Go through the records below and show every line with the string "IFCOPENINGELEMENT".

═══

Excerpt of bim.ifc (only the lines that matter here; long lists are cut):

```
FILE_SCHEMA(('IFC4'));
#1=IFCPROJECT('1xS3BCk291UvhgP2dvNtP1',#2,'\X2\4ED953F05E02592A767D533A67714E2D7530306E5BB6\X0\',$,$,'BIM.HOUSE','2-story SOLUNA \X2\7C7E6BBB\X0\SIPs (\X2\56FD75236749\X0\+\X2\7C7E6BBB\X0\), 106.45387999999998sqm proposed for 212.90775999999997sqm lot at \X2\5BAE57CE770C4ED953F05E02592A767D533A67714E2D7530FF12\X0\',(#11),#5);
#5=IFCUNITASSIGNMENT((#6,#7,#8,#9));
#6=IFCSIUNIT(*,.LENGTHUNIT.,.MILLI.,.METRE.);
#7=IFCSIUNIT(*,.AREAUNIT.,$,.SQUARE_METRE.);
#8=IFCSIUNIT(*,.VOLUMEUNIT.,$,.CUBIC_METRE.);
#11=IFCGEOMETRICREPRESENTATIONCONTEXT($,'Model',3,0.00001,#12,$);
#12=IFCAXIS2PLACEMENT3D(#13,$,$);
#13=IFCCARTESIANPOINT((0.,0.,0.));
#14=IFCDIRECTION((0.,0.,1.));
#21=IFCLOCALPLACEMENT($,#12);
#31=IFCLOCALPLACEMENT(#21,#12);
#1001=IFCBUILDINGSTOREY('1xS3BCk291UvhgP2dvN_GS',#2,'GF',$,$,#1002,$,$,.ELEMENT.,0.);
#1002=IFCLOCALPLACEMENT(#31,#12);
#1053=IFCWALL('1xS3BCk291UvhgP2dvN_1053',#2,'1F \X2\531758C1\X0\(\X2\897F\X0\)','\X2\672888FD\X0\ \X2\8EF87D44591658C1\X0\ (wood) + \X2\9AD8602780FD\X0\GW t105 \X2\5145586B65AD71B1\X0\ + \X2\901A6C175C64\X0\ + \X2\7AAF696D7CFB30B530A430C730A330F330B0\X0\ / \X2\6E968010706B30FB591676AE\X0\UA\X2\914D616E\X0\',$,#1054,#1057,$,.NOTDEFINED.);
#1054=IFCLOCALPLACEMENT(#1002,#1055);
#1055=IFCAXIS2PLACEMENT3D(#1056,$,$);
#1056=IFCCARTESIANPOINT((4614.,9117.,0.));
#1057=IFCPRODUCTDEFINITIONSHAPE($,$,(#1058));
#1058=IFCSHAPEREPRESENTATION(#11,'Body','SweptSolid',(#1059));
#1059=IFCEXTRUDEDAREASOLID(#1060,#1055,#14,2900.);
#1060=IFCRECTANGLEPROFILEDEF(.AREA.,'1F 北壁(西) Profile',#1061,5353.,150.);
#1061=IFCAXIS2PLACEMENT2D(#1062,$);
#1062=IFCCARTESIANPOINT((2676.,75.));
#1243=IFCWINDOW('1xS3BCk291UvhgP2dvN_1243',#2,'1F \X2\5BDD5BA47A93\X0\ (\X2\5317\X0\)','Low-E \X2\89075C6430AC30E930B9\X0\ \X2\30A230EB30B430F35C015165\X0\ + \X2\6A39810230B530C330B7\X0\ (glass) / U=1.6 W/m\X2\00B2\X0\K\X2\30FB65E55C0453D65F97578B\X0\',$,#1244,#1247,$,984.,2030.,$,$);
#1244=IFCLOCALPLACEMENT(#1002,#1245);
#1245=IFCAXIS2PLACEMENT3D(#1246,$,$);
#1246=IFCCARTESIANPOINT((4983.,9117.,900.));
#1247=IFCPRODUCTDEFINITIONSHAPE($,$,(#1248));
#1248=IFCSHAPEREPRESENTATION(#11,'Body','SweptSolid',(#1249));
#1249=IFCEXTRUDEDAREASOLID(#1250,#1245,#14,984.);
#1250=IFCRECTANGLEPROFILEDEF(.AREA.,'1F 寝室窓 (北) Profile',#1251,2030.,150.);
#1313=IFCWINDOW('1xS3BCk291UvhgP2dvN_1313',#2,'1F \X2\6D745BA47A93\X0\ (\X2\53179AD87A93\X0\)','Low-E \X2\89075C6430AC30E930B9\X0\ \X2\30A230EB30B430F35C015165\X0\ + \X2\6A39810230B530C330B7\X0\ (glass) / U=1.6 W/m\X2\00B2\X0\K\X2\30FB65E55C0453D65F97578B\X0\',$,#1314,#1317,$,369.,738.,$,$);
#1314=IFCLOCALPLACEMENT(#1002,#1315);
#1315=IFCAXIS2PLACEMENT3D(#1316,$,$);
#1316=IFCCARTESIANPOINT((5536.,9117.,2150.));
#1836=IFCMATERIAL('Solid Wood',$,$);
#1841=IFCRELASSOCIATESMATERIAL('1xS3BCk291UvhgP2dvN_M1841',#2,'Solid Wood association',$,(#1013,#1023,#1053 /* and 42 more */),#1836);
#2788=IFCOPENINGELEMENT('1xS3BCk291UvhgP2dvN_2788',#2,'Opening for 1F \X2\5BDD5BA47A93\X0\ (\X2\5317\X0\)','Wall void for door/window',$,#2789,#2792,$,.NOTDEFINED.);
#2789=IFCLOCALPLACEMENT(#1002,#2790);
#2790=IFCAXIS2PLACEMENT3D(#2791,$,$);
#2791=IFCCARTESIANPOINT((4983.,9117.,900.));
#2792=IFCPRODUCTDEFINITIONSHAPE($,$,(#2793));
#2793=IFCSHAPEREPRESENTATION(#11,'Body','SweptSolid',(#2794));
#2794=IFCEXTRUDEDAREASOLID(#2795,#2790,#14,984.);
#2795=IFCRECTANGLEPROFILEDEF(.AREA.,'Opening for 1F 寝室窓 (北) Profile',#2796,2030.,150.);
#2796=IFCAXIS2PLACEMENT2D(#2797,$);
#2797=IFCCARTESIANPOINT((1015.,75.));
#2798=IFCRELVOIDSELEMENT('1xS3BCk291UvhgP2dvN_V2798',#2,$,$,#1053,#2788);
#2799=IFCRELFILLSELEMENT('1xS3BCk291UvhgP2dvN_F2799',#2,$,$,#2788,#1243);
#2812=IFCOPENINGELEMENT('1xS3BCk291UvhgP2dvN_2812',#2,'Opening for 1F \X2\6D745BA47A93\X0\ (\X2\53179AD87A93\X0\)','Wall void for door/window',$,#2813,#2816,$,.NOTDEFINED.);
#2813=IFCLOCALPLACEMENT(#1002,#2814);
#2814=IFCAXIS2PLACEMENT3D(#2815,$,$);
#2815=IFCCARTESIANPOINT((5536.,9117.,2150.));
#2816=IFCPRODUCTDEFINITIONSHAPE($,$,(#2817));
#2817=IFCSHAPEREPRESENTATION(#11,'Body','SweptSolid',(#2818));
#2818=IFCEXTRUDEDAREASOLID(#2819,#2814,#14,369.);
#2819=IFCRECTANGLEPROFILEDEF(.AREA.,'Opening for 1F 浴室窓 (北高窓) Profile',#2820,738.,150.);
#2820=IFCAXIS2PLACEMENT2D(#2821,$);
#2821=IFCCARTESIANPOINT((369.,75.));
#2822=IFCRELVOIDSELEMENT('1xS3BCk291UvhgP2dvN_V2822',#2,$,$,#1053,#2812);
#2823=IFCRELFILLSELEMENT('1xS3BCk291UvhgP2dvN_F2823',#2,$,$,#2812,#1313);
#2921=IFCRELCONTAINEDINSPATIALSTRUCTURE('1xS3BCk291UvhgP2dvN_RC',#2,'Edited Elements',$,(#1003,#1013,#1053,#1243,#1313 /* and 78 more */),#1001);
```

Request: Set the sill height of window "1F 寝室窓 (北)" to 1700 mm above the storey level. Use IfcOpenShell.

```python
import numpy as np
import ifcopenshell
import ifcopenshell.api.geometry
import ifcopenshell.geom
import ifcopenshell.util.element
import ifcopenshell.util.placement
import ifcopenshell.util.shape
import ifcopenshell.util.unit

model = ifcopenshell.open("bim.ifc")
unit_scale = ifcopenshell.util.unit.calculate_unit_scale(model)

window = model.by_id(1243)
opening = window.FillsVoids[0].RelatingOpeningElement
storey = ifcopenshell.util.element.get_container(window, ifc_class="IfcBuildingStorey")
level = ifcopenshell.util.placement.get_local_placement(storey.ObjectPlacement)[2, 3]

# The opening's origin need not be at the sill, so measure its lowest point.
shape = ifcopenshell.geom.create_shape(ifcopenshell.geom.settings(), opening)
bottom = ifcopenshell.util.shape.get_shape_bottom_elevation(shape, shape.geometry) / unit_scale
dz = level + 1.7 / unit_scale - bottom

shift = np.array([0.0, 0.0, dz])
# The window is not placed relative to its opening, so move both.
for product in (opening, window):
    matrix = ifcopenshell.util.placement.get_local_placement(product.ObjectPlacement)
    matrix[:3, 3] += shift
    ifcopenshell.api.geometry.edit_object_placement(model, product=product, matrix=matrix, is_si=False)

print(f"moved by {dz * unit_scale:+.3f} m")

model.write("bim_edited.ifc")
```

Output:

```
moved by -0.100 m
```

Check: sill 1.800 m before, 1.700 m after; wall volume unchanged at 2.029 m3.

═══

▶ **Answer to this task**:
#2788=IFCOPENINGELEMENT('1xS3BCk291UvhgP2dvN_2788',#2,'Opening for 1F \X2\5BDD5BA47A93\X0\ (\X2\5317\X0\)','Wall void for door/window',$,#2789,#2792,$,.NOTDEFINED.);
#2812=IFCOPENINGELEMENT('1xS3BCk291UvhgP2dvN_2812',#2,'Opening for 1F \X2\6D745BA47A93\X0\ (\X2\53179AD87A93\X0\)','Wall void for door/window',$,#2813,#2816,$,.NOTDEFINED.);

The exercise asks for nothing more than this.